What the task asks — Scan the records below for the string "IFCPRODUCTDEFINITIONSHAPE" and return every line where it appears.

[Stored items]
>>>

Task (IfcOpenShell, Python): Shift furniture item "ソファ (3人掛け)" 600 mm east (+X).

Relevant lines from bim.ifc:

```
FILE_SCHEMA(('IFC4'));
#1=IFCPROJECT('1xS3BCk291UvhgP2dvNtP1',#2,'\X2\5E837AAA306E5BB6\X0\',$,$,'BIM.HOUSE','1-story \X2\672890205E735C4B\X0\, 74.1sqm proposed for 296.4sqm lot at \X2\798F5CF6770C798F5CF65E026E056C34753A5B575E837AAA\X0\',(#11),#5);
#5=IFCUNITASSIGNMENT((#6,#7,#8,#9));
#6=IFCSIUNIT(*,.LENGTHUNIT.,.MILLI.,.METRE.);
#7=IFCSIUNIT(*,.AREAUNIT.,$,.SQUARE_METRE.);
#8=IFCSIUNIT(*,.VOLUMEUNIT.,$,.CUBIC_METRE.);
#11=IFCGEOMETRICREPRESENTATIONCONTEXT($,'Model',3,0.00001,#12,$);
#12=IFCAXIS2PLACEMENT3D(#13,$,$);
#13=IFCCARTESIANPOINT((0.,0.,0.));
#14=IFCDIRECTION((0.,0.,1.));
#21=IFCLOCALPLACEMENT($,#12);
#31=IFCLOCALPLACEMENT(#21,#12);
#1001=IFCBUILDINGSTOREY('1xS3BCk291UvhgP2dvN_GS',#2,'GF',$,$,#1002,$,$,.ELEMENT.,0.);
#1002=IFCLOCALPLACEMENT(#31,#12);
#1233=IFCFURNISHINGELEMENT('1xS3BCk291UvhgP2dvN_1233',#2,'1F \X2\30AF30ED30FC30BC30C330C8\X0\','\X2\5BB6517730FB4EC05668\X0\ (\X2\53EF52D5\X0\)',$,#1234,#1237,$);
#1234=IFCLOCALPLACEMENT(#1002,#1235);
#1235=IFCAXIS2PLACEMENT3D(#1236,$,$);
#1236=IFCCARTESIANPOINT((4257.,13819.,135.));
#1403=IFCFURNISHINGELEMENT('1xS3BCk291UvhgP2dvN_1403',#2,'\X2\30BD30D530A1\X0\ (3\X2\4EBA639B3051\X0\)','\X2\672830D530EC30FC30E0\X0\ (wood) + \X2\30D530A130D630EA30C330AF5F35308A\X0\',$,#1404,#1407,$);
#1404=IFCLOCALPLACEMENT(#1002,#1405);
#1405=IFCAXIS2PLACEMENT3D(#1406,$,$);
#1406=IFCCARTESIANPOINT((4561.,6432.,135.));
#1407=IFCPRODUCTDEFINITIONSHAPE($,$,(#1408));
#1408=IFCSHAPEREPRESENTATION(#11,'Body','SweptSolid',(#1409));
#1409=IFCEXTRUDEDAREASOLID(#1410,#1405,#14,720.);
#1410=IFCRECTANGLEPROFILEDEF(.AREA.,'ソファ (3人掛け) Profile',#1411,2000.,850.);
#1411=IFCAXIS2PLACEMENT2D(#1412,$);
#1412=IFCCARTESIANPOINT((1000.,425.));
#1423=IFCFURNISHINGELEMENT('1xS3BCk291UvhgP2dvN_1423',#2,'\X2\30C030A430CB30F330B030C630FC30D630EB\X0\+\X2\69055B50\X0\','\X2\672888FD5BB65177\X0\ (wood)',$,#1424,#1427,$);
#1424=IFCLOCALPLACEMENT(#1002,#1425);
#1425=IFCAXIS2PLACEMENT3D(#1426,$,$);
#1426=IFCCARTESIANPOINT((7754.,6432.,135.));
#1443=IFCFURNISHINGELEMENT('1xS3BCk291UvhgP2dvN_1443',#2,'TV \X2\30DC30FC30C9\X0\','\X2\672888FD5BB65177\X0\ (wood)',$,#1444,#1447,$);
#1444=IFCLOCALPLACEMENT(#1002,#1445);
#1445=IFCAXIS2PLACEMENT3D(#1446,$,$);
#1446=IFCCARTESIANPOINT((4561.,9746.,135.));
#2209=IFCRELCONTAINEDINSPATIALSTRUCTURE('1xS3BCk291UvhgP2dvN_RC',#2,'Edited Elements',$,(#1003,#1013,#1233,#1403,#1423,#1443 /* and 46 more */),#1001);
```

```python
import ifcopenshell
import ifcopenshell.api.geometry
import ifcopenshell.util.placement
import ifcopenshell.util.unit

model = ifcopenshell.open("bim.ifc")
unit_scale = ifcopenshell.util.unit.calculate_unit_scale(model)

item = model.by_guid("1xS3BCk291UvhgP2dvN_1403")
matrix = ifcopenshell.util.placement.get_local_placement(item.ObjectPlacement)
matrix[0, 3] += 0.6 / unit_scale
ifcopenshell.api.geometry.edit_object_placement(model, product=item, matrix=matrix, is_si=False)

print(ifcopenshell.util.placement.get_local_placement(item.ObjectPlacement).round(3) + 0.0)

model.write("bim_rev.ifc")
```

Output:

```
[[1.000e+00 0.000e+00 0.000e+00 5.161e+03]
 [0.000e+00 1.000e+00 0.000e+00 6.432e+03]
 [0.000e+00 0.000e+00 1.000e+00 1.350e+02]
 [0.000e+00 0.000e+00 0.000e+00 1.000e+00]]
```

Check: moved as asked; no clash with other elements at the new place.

<<<
>>>

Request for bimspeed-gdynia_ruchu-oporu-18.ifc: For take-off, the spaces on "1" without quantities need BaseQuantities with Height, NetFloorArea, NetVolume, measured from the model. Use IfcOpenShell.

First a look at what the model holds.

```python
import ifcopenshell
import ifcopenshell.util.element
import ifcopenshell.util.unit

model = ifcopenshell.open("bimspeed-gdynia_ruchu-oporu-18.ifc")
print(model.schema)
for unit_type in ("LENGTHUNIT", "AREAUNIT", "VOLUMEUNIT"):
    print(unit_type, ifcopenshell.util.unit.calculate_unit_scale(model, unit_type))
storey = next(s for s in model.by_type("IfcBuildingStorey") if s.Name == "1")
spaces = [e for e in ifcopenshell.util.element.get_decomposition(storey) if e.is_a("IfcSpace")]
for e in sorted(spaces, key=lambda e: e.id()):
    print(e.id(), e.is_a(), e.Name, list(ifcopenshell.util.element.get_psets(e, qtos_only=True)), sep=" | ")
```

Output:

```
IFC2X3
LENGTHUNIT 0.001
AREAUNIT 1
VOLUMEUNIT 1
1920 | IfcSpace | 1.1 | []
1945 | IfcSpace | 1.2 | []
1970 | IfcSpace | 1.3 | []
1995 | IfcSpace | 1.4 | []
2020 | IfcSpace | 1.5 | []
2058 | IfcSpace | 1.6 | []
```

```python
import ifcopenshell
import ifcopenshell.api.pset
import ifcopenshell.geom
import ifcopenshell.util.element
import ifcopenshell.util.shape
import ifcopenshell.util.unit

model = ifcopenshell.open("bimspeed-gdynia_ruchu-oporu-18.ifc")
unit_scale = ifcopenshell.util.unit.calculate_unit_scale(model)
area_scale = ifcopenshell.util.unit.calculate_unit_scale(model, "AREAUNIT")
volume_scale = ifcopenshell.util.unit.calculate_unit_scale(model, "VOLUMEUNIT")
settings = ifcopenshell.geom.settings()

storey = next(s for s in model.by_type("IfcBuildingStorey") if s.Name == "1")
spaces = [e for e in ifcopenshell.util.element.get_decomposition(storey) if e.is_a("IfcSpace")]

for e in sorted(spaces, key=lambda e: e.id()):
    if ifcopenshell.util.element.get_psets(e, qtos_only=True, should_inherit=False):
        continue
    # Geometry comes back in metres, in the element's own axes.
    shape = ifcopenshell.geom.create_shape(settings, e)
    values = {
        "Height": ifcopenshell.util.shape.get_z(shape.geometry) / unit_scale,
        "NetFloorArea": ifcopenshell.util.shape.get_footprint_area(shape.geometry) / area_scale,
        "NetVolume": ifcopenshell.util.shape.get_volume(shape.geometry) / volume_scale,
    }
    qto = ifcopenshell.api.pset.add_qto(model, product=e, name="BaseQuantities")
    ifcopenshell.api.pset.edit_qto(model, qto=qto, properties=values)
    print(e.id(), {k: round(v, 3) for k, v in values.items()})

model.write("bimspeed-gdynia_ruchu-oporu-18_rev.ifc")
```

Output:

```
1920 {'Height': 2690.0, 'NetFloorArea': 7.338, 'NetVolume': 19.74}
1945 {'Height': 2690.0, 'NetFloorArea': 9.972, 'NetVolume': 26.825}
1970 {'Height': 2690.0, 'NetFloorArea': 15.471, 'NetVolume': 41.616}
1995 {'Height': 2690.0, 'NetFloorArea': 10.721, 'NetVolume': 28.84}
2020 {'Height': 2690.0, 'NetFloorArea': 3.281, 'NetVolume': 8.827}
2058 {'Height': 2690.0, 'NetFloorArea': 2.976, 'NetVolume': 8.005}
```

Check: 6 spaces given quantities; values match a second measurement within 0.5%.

<<<
>>>

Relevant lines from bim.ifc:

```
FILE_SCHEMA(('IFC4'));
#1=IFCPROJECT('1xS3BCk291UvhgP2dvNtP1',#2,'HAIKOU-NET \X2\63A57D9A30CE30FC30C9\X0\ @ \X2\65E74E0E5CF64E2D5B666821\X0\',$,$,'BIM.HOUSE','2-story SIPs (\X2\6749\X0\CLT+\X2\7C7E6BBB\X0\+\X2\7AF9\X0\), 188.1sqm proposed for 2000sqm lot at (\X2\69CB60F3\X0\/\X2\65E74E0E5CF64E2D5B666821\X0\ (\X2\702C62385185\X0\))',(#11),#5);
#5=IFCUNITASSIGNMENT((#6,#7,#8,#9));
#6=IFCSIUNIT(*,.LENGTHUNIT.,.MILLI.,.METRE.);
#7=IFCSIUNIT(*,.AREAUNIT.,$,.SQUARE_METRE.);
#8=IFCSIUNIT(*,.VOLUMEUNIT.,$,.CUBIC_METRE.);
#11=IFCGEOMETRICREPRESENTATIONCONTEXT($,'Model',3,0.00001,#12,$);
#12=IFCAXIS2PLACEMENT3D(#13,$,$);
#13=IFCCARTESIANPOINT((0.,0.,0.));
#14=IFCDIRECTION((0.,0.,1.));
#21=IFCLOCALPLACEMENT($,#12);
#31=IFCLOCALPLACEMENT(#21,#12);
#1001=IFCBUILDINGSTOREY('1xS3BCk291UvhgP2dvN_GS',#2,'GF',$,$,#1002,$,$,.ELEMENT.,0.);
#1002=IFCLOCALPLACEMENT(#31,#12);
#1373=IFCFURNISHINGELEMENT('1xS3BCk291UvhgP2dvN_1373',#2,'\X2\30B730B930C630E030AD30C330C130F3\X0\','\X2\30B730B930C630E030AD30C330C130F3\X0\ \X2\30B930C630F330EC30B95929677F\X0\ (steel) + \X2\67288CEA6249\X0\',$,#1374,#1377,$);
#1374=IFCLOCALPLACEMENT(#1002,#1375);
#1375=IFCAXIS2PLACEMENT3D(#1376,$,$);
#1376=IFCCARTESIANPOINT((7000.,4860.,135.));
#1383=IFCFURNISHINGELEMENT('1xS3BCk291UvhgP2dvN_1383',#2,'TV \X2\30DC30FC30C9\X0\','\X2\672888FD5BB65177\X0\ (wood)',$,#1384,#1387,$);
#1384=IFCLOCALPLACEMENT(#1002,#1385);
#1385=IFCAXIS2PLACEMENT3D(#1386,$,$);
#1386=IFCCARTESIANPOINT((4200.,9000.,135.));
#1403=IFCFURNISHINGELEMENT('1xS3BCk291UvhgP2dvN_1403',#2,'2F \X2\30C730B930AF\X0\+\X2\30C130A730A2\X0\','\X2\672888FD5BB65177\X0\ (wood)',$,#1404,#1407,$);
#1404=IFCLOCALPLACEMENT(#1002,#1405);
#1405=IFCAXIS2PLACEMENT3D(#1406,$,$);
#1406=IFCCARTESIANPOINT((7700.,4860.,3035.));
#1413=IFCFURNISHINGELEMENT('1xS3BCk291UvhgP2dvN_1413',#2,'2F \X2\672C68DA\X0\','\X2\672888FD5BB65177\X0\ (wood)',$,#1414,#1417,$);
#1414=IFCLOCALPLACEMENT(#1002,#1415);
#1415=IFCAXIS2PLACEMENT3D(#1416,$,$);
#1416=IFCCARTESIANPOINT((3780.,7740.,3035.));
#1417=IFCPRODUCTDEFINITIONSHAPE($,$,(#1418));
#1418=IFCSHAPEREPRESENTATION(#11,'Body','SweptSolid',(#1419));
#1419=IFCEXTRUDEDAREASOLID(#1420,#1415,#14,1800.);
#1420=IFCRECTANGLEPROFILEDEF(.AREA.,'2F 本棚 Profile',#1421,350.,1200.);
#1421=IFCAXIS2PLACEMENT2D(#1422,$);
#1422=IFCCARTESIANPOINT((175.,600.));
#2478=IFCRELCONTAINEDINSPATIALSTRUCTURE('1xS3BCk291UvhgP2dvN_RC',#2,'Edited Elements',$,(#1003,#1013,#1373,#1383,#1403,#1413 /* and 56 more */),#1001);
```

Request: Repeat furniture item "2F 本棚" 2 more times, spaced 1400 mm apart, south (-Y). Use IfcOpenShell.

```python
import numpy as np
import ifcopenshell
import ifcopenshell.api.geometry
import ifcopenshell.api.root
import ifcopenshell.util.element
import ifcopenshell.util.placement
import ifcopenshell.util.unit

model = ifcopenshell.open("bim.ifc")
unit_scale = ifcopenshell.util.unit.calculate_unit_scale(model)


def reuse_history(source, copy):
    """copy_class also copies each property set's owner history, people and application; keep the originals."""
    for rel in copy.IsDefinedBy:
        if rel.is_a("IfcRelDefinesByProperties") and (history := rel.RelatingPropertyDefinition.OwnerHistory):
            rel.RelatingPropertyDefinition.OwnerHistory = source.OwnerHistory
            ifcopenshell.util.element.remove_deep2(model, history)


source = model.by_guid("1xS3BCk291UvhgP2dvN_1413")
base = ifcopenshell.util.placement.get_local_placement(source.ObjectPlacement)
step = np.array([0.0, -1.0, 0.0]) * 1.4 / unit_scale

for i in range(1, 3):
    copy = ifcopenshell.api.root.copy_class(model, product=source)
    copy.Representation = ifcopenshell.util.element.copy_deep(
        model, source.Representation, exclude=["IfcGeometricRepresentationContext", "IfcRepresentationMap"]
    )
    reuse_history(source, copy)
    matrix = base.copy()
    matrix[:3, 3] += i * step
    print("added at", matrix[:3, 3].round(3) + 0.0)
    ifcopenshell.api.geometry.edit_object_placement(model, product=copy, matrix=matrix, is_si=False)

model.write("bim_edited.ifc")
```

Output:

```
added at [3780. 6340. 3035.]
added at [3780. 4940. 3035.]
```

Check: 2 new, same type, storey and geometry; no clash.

<<<

Answer for the task —
#1407=IFCPRODUCTDEFINITIONSHAPE($,$,(#1408));
#1417=IFCPRODUCTDEFINITIONSHAPE($,$,(#1418));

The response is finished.